• **DATA RECORDS**
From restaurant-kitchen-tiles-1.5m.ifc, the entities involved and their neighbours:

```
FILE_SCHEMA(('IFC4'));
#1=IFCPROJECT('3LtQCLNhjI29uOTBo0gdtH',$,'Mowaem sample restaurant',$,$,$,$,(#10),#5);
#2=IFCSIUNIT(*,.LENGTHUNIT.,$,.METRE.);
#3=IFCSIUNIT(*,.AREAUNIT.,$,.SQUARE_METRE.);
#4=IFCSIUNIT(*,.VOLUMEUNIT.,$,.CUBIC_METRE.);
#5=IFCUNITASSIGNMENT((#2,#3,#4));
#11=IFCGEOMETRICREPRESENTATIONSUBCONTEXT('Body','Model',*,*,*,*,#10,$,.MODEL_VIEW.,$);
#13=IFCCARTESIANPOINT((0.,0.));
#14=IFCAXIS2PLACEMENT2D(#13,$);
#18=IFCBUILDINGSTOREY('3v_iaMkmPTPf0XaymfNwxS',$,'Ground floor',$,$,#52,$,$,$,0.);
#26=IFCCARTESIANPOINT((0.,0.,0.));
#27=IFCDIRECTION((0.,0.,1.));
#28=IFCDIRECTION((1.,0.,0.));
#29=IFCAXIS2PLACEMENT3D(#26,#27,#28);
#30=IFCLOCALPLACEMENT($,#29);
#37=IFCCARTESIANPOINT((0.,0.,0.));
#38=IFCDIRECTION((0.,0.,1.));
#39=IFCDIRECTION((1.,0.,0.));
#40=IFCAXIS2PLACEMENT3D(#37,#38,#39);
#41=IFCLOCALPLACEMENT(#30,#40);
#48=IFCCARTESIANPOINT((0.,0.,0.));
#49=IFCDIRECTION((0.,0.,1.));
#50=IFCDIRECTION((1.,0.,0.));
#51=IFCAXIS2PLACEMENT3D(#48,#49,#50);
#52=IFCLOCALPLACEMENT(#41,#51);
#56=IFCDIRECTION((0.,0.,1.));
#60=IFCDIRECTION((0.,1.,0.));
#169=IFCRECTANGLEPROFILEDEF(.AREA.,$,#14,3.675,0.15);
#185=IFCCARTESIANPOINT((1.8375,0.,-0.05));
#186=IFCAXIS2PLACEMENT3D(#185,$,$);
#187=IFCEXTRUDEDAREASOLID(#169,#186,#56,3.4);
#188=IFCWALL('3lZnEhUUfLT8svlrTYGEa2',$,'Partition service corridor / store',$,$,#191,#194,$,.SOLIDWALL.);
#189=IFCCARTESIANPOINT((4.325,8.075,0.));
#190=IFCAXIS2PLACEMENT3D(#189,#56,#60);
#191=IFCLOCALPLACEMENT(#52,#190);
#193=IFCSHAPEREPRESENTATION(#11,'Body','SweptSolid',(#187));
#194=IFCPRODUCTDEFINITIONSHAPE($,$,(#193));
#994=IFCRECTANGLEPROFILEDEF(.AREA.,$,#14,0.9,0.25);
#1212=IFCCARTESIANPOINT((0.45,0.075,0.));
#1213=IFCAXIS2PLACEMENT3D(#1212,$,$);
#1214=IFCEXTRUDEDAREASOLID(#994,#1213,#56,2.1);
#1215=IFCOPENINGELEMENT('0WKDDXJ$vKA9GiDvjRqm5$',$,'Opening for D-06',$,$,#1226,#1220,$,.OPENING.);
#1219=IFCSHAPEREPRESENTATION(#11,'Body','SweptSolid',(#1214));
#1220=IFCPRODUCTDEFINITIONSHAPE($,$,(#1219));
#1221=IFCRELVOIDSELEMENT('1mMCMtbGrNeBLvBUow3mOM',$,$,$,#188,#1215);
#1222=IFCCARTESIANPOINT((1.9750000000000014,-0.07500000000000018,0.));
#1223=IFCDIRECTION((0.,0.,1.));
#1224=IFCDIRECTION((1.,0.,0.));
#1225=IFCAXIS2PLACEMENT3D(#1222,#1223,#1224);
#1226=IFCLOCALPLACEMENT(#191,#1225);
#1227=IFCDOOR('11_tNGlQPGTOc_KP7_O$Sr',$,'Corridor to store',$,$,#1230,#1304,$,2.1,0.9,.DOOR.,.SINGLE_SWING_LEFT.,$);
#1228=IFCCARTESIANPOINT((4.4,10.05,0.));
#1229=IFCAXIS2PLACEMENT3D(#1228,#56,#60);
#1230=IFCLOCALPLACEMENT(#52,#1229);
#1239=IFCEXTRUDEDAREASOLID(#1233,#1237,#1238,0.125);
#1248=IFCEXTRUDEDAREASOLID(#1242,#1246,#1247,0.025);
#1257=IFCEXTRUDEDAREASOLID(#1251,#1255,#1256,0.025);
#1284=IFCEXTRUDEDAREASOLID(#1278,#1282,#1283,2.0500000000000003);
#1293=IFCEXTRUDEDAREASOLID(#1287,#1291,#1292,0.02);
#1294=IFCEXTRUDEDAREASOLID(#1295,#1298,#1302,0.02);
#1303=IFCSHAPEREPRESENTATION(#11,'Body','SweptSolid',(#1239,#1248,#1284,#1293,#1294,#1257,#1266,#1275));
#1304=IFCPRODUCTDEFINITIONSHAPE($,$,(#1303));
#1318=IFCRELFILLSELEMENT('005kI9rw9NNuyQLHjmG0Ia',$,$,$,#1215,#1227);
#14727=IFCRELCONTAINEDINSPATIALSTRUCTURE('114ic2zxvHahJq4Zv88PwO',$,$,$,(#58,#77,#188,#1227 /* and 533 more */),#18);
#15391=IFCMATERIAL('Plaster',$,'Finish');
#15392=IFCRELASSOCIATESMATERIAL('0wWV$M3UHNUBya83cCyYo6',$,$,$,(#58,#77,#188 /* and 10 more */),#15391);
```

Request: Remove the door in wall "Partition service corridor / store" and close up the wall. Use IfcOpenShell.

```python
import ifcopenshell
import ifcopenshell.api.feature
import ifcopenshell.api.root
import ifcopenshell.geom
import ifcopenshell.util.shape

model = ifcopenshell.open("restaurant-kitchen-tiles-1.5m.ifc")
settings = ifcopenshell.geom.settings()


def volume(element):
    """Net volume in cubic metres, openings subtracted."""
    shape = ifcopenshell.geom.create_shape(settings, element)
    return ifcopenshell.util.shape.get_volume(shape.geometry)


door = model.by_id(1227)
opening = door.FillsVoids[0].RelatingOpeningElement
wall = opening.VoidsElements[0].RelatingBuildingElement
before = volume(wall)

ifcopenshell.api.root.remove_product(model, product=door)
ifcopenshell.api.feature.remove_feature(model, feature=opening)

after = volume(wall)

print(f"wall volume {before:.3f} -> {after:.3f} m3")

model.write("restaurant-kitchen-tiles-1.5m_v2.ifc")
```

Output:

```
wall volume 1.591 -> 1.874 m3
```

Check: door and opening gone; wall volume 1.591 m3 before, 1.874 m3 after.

• **EXERCISE BRIEF**
Reprint the entries above in full, exactly as they are.

• **EXPECTED ANSWER**
From restaurant-kitchen-tiles-1.5m.ifc, the entities involved and their neighbours:

```
FILE_SCHEMA(('IFC4'));
#1=IFCPROJECT('3LtQCLNhjI29uOTBo0gdtH',$,'Mowaem sample restaurant',$,$,$,$,(#10),#5);
#2=IFCSIUNIT(*,.LENGTHUNIT.,$,.METRE.);
#3=IFCSIUNIT(*,.AREAUNIT.,$,.SQUARE_METRE.);
#4=IFCSIUNIT(*,.VOLUMEUNIT.,$,.CUBIC_METRE.);
#5=IFCUNITASSIGNMENT((#2,#3,#4));
#11=IFCGEOMETRICREPRESENTATIONSUBCONTEXT('Body','Model',*,*,*,*,#10,$,.MODEL_VIEW.,$);
#13=IFCCARTESIANPOINT((0.,0.));
#14=IFCAXIS2PLACEMENT2D(#13,$);
#18=IFCBUILDINGSTOREY('3v_iaMkmPTPf0XaymfNwxS',$,'Ground floor',$,$,#52,$,$,$,0.);
#26=IFCCARTESIANPOINT((0.,0.,0.));
#27=IFCDIRECTION((0.,0.,1.));
#28=IFCDIRECTION((1.,0.,0.));
#29=IFCAXIS2PLACEMENT3D(#26,#27,#28);
#30=IFCLOCALPLACEMENT($,#29);
#37=IFCCARTESIANPOINT((0.,0.,0.));
#38=IFCDIRECTION((0.,0.,1.));
#39=IFCDIRECTION((1.,0.,0.));
#40=IFCAXIS2PLACEMENT3D(#37,#38,#39);
#41=IFCLOCALPLACEMENT(#30,#40);
#48=IFCCARTESIANPOINT((0.,0.,0.));
#49=IFCDIRECTION((0.,0.,1.));
#50=IFCDIRECTION((1.,0.,0.));
#51=IFCAXIS2PLACEMENT3D(#48,#49,#50);
#52=IFCLOCALPLACEMENT(#41,#51);
#56=IFCDIRECTION((0.,0.,1.));
#60=IFCDIRECTION((0.,1.,0.));
#169=IFCRECTANGLEPROFILEDEF(.AREA.,$,#14,3.675,0.15);
#185=IFCCARTESIANPOINT((1.8375,0.,-0.05));
#186=IFCAXIS2PLACEMENT3D(#185,$,$);
#187=IFCEXTRUDEDAREASOLID(#169,#186,#56,3.4);
#188=IFCWALL('3lZnEhUUfLT8svlrTYGEa2',$,'Partition service corridor / store',$,$,#191,#194,$,.SOLIDWALL.);
#189=IFCCARTESIANPOINT((4.325,8.075,0.));
#190=IFCAXIS2PLACEMENT3D(#189,#56,#60);
#191=IFCLOCALPLACEMENT(#52,#190);
#193=IFCSHAPEREPRESENTATION(#11,'Body','SweptSolid',(#187));
#194=IFCPRODUCTDEFINITIONSHAPE($,$,(#193));
#994=IFCRECTANGLEPROFILEDEF(.AREA.,$,#14,0.9,0.25);
#1212=IFCCARTESIANPOINT((0.45,0.075,0.));
#1213=IFCAXIS2PLACEMENT3D(#1212,$,$);
#1214=IFCEXTRUDEDAREASOLID(#994,#1213,#56,2.1);
#1215=IFCOPENINGELEMENT('0WKDDXJ$vKA9GiDvjRqm5$',$,'Opening for D-06',$,$,#1226,#1220,$,.OPENING.);
#1219=IFCSHAPEREPRESENTATION(#11,'Body','SweptSolid',(#1214));
#1220=IFCPRODUCTDEFINITIONSHAPE($,$,(#1219));
#1221=IFCRELVOIDSELEMENT('1mMCMtbGrNeBLvBUow3mOM',$,$,$,#188,#1215);
#1222=IFCCARTESIANPOINT((1.9750000000000014,-0.07500000000000018,0.));
#1223=IFCDIRECTION((0.,0.,1.));
#1224=IFCDIRECTION((1.,0.,0.));
#1225=IFCAXIS2PLACEMENT3D(#1222,#1223,#1224);
#1226=IFCLOCALPLACEMENT(#191,#1225);
#1227=IFCDOOR('11_tNGlQPGTOc_KP7_O$Sr',$,'Corridor to store',$,$,#1230,#1304,$,2.1,0.9,.DOOR.,.SINGLE_SWING_LEFT.,$);
#1228=IFCCARTESIANPOINT((4.4,10.05,0.));
#1229=IFCAXIS2PLACEMENT3D(#1228,#56,#60);
#1230=IFCLOCALPLACEMENT(#52,#1229);
#1239=IFCEXTRUDEDAREASOLID(#1233,#1237,#1238,0.125);
#1248=IFCEXTRUDEDAREASOLID(#1242,#1246,#1247,0.025);
#1257=IFCEXTRUDEDAREASOLID(#1251,#1255,#1256,0.025);
#1284=IFCEXTRUDEDAREASOLID(#1278,#1282,#1283,2.0500000000000003);
#1293=IFCEXTRUDEDAREASOLID(#1287,#1291,#1292,0.02);
#1294=IFCEXTRUDEDAREASOLID(#1295,#1298,#1302,0.02);
#1303=IFCSHAPEREPRESENTATION(#11,'Body','SweptSolid',(#1239,#1248,#1284,#1293,#1294,#1257,#1266,#1275));
#1304=IFCPRODUCTDEFINITIONSHAPE($,$,(#1303));
#1318=IFCRELFILLSELEMENT('005kI9rw9NNuyQLHjmG0Ia',$,$,$,#1215,#1227);
#14727=IFCRELCONTAINEDINSPATIALSTRUCTURE('114ic2zxvHahJq4Zv88PwO',$,$,$,(#58,#77,#188,#1227 /* and 533 more */),#18);
#15391=IFCMATERIAL('Plaster',$,'Finish');
#15392=IFCRELASSOCIATESMATERIAL('0wWV$M3UHNUBya83cCyYo6',$,$,$,(#58,#77,#188 /* and 10 more */),#15391);
```

Request: Remove the door in wall "Partition service corridor / store" and close up the wall. Use IfcOpenShell.

```python
import ifcopenshell
import ifcopenshell.api.feature
import ifcopenshell.api.root
import ifcopenshell.geom
import ifcopenshell.util.shape

model = ifcopenshell.open("restaurant-kitchen-tiles-1.5m.ifc")
settings = ifcopenshell.geom.settings()


def volume(element):
    """Net volume in cubic metres, openings subtracted."""
    shape = ifcopenshell.geom.create_shape(settings, element)
    return ifcopenshell.util.shape.get_volume(shape.geometry)


door = model.by_id(1227)
opening = door.FillsVoids[0].RelatingOpeningElement
wall = opening.VoidsElements[0].RelatingBuildingElement
before = volume(wall)

ifcopenshell.api.root.remove_product(model, product=door)
ifcopenshell.api.feature.remove_feature(model, feature=opening)

after = volume(wall)

print(f"wall volume {before:.3f} -> {after:.3f} m3")

model.write("restaurant-kitchen-tiles-1.5m_v2.ifc")
```

Output:

```
wall volume 1.591 -> 1.874 m3
```

Check: door and opening gone; wall volume 1.591 m3 before, 1.874 m3 after.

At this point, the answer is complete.